On 1/21/19 2:22 AM, Simon Van Casteren wrote:
1. Yeah after some experimentation I understood the builtin cookie security mechanism is there for XSRF attacks only. That's why I made my own cookie forgery protection by hashing the contents of the cookie and always checking that digest when reading the cookie. I feel that that is pretty safe (and much faster than always hitting the database) since the only problem I can think of with that is somebody actually getting a hold of the cookie itself, but once that happens you're pretty much screwed anyway?
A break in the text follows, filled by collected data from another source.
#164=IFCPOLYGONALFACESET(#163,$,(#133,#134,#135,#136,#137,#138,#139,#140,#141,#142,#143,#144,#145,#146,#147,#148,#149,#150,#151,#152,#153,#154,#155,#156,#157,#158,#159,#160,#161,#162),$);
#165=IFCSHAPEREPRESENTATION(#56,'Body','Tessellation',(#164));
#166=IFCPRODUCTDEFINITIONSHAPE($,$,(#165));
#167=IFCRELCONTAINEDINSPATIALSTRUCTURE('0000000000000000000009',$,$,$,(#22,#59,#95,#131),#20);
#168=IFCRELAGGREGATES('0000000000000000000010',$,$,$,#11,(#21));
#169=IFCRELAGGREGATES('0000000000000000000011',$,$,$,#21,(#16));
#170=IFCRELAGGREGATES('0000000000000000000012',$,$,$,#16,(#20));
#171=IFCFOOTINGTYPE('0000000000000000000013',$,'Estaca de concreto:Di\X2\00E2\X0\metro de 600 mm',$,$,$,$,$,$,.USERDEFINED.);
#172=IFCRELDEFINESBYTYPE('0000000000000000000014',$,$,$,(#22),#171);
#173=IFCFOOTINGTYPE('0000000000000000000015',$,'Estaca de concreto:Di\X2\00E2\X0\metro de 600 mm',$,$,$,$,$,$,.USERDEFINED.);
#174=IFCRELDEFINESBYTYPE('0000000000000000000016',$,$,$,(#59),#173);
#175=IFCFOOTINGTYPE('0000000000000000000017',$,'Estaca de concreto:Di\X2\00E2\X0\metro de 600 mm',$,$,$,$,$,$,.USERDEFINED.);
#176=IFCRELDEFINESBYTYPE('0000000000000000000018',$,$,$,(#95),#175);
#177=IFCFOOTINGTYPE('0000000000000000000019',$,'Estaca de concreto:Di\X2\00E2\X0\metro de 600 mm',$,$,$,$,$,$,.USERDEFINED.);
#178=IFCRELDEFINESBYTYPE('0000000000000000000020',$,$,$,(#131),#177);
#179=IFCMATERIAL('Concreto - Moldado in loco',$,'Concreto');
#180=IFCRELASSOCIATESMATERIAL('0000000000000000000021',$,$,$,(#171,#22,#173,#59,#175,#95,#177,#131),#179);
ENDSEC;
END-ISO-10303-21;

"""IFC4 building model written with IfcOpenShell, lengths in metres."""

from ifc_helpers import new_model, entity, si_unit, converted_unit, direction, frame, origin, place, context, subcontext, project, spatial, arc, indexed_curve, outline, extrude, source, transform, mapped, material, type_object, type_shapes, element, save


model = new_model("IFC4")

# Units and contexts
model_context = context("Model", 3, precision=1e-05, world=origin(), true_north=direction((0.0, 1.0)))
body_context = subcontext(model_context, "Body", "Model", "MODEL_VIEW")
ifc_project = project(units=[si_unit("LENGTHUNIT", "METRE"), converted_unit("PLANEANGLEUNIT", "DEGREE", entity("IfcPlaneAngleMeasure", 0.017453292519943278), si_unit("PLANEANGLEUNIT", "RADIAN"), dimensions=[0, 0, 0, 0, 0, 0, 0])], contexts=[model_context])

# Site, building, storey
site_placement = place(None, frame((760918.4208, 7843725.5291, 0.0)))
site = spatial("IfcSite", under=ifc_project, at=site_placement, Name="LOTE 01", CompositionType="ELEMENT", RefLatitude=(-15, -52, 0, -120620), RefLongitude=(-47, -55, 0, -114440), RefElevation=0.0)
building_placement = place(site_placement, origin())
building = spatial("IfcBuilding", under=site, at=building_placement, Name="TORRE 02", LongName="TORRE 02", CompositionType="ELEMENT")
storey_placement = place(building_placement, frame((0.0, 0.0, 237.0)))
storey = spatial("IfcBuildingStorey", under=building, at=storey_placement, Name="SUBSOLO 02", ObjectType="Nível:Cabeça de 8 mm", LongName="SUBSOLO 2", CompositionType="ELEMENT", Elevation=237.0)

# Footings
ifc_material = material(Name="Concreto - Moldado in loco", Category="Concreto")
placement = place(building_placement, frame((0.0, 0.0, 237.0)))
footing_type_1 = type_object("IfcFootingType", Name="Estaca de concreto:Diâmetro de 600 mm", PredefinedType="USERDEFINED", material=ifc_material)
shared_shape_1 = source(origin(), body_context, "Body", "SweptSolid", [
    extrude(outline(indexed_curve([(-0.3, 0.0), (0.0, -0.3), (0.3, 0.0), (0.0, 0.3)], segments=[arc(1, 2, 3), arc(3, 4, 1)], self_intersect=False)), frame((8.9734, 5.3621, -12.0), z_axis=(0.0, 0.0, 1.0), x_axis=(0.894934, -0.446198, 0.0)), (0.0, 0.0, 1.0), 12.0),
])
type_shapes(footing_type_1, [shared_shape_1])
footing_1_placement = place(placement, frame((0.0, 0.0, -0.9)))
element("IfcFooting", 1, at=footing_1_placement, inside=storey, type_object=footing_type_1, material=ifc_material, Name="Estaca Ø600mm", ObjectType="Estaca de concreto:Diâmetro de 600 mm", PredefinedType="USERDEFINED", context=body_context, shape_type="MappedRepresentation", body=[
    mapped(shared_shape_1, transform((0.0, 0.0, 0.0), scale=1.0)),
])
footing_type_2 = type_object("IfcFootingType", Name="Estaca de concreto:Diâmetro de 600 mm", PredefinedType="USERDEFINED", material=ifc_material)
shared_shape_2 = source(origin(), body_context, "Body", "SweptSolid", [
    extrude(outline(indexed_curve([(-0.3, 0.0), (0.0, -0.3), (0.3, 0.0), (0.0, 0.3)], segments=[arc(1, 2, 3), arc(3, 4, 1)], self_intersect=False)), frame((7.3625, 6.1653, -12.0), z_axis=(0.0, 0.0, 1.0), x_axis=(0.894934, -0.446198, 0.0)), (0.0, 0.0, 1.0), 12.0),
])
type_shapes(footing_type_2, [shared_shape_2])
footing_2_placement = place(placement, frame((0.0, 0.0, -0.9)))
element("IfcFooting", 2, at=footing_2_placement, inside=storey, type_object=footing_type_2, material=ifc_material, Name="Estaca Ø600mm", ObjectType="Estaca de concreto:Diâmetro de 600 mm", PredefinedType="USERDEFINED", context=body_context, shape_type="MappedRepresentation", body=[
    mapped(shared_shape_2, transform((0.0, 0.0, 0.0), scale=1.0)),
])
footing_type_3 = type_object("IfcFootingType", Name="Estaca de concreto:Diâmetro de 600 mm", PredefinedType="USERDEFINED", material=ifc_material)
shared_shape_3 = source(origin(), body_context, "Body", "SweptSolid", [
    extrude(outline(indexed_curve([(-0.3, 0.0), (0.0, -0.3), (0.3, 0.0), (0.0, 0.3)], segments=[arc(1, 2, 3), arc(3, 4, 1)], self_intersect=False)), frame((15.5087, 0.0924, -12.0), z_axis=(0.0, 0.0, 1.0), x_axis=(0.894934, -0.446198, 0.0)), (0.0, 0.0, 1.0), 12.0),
You're right that this seems to be a classy use of crypto to optimize a protocol while maintaining security!

2. Agreed on the password business. The authentication part of my application is not final, but at the moment I'm supporting two methods. One, which is the preferred one, is via email: You input your email, I send you a email with a (limited time) authentication link, you click it and you're authenticated.
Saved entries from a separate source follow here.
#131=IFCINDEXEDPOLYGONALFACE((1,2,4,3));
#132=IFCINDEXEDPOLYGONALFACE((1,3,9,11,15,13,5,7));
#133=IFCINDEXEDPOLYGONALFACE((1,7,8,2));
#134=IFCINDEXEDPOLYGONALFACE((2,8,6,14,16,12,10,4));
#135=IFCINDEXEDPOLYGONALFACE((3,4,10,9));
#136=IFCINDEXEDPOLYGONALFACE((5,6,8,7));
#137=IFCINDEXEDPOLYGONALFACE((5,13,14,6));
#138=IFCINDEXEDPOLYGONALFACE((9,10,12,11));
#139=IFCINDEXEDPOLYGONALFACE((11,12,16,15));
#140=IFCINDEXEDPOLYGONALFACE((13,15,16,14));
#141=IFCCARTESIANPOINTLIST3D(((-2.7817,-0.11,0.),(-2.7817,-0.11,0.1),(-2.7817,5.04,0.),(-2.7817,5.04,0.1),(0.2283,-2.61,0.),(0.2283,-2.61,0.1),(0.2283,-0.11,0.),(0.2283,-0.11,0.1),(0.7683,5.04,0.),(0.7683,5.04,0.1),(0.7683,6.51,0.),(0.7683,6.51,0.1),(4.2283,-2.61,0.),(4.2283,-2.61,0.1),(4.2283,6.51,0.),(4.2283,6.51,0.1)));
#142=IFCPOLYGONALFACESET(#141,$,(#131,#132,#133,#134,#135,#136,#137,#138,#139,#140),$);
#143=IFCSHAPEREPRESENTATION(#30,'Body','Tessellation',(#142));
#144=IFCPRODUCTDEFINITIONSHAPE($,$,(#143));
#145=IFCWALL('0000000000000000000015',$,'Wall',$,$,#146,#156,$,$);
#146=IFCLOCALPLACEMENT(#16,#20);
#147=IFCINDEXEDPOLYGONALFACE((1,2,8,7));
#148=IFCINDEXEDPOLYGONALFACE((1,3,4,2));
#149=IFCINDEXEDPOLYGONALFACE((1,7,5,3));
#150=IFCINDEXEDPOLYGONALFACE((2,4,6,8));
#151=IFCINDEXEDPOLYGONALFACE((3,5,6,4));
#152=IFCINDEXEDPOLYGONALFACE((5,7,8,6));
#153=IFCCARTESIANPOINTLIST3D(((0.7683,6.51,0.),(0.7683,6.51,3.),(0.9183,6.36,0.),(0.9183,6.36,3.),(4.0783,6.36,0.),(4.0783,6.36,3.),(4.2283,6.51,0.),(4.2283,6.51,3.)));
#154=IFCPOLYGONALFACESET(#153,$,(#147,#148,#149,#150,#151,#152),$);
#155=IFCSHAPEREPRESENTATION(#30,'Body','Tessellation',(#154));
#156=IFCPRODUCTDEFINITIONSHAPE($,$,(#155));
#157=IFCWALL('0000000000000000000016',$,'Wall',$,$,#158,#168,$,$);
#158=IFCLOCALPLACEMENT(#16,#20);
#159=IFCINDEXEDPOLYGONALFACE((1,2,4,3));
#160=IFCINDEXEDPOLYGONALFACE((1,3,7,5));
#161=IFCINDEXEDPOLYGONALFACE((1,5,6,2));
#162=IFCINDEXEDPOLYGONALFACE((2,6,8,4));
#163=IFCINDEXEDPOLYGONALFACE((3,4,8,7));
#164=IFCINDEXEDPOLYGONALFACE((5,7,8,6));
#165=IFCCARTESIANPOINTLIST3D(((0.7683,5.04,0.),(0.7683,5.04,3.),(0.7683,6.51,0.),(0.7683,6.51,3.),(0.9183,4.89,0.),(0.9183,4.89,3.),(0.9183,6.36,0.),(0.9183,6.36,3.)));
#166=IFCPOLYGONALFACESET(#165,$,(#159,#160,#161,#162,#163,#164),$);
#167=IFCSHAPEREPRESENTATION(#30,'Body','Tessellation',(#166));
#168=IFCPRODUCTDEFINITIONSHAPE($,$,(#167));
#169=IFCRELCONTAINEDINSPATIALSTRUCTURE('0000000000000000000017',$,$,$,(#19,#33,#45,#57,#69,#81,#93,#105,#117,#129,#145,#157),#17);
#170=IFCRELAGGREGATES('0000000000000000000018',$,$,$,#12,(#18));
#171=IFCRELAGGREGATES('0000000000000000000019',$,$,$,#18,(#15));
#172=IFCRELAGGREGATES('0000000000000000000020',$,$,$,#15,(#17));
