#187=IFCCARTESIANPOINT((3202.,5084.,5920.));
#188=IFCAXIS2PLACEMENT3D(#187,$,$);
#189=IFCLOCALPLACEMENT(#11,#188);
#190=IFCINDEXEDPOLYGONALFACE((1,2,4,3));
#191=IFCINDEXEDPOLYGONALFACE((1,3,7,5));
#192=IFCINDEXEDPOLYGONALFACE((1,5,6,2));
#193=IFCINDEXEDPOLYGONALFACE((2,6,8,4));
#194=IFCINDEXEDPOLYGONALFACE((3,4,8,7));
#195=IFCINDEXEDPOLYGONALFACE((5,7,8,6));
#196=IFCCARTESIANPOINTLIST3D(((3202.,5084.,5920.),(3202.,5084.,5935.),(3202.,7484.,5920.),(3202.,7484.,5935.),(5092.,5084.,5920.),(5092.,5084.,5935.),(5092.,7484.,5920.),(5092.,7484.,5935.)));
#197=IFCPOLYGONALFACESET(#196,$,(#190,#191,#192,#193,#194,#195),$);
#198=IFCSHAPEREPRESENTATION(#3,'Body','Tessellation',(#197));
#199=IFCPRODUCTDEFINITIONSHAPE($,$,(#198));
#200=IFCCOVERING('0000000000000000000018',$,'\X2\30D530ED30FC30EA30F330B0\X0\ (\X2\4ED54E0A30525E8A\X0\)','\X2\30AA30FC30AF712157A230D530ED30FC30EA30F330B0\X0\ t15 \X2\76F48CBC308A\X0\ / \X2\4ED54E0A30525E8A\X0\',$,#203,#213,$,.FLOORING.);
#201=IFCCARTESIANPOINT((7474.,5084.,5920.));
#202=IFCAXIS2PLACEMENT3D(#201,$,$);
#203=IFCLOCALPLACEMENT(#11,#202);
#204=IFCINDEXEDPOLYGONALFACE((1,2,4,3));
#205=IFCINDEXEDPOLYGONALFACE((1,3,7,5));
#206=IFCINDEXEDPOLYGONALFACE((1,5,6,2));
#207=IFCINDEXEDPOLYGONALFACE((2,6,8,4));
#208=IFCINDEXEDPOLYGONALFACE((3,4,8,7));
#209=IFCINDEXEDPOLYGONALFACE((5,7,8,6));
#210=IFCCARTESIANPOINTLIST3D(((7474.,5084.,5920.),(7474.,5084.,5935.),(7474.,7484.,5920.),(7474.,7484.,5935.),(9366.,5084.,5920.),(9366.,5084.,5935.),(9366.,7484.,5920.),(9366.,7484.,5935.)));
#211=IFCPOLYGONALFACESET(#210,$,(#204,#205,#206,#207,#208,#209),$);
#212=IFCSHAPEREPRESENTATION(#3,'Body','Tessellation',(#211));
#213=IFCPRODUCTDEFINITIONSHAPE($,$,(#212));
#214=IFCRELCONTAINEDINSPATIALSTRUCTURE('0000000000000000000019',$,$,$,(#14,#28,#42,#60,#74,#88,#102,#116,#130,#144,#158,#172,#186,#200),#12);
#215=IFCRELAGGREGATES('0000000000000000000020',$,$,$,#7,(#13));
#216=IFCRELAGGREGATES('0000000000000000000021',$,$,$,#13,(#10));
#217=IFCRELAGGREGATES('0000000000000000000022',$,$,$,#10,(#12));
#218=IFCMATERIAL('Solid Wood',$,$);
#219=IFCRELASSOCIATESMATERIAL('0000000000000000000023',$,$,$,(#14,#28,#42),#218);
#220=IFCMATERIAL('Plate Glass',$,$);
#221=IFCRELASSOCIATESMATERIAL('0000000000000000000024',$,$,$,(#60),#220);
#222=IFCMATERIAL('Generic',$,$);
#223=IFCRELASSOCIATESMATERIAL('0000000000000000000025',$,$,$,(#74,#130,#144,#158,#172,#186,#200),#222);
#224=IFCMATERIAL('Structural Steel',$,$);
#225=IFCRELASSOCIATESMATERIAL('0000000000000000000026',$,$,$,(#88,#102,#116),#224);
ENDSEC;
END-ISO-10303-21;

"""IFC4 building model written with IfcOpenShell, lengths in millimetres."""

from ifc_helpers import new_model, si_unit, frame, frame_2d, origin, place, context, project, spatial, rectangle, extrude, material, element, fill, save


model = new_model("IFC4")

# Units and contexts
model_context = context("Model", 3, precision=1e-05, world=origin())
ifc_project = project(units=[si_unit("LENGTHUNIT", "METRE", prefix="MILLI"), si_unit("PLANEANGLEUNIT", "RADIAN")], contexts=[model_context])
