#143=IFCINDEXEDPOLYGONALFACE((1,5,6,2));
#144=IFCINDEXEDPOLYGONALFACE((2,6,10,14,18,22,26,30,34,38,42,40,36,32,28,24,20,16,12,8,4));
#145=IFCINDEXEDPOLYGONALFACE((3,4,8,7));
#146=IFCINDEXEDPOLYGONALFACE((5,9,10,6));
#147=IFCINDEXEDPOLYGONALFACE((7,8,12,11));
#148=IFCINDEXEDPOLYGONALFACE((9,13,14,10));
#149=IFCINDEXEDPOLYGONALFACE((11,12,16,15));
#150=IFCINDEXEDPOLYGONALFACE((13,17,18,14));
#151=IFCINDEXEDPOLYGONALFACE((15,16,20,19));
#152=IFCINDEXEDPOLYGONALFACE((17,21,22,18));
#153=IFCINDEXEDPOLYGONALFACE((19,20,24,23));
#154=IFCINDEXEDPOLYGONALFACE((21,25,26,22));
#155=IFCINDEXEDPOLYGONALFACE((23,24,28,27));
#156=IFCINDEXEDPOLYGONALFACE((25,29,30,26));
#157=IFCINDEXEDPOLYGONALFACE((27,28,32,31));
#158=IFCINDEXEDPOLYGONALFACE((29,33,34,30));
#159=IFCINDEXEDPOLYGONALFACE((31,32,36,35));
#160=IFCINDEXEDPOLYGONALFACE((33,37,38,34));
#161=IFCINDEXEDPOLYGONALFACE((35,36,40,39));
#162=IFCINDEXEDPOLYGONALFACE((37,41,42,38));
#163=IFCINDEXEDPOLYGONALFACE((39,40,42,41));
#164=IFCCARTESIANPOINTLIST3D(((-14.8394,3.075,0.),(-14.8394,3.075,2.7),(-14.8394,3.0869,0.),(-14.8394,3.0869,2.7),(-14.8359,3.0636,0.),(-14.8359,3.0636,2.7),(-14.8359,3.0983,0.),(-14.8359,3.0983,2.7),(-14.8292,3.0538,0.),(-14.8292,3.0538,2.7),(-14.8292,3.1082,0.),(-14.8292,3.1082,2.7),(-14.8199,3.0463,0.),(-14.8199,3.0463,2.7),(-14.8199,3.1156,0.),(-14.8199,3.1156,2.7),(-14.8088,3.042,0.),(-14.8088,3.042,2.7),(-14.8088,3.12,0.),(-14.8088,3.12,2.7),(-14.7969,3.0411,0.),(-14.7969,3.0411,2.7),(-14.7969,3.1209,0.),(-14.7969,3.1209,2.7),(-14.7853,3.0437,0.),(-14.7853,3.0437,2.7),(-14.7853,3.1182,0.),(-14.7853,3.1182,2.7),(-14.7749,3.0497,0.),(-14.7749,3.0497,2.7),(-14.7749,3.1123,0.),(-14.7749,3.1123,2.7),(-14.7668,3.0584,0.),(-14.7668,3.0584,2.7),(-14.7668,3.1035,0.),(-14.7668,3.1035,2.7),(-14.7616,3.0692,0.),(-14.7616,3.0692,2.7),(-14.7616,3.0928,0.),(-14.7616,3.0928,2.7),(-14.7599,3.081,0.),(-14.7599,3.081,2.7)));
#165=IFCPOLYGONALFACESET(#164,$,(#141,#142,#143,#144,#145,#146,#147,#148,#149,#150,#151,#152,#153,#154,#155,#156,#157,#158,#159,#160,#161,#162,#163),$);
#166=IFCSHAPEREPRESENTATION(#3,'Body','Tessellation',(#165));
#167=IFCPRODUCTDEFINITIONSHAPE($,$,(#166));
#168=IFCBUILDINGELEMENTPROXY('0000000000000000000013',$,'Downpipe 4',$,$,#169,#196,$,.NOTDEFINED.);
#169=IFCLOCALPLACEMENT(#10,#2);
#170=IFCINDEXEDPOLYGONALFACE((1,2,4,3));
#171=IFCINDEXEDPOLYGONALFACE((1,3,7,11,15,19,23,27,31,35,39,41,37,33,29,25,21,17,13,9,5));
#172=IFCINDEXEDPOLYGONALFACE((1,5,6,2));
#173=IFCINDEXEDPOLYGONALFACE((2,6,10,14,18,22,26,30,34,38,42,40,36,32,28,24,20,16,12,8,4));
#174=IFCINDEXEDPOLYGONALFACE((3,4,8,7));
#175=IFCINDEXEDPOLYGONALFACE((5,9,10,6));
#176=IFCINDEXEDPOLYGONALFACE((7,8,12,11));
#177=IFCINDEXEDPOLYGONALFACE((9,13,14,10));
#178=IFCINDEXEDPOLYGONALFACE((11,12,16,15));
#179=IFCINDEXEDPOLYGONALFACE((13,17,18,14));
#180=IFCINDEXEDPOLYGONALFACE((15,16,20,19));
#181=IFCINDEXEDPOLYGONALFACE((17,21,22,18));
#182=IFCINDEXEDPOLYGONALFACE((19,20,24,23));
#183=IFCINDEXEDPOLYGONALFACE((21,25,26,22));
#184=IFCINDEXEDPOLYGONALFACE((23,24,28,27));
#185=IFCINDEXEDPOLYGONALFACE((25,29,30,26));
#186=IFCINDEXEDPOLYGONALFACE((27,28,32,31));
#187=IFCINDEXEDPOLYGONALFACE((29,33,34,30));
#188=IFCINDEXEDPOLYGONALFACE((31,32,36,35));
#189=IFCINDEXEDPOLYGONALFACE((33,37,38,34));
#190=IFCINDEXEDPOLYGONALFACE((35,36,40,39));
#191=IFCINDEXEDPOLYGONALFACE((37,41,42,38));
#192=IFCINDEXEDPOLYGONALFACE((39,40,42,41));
That's a rather insecure method, actually.  I'm not sure whether I like it more or less than passwords!  There are many possible attack points, especially for users on WiFi via untrustworthy access points.

I also still plan to provide sign in via Twitter / Google / Facebook but haven't had the time to implement them yet (all of them take quite some time to implement). The more of these I get implemented, the more I'll hide the username-password route.

All of these sign-in strategies can probably be packaged up as nicely as with the GitHub example you've implemented. A ready made directory of authorization strategies should be available at some point for the Ur/Web community, much easier to use that in any other language, exciting!
Yeah, that's my goal with the World library.  Several providers use OAuth (like GitHub does) and are thus quite easy to add, since OAuth is factored out into a separate module.
However, the way how to authenticate is orthogonal to the authorization part and how I save that in cookies/DB tables, but point well taken.
True, but World does handle that part, too, behind the scenes.  (It happens to store hard-to-guess session IDs in both cookies and DB. I'm only talking here about the GitHub module, the only full one implemented to date.)
One thing I did think was nice about environment variables was that I could pass a different key to each of my server processes. I run a seperate Ur/Web server for each of my clients, so if one key gets compromised, it doesn't affect the others.
I generally compile a separate server binary for each client, leaving open the possibility of configuring even more at compile time.  I have a separate config.ur file per client, sometimes set up with a configure script.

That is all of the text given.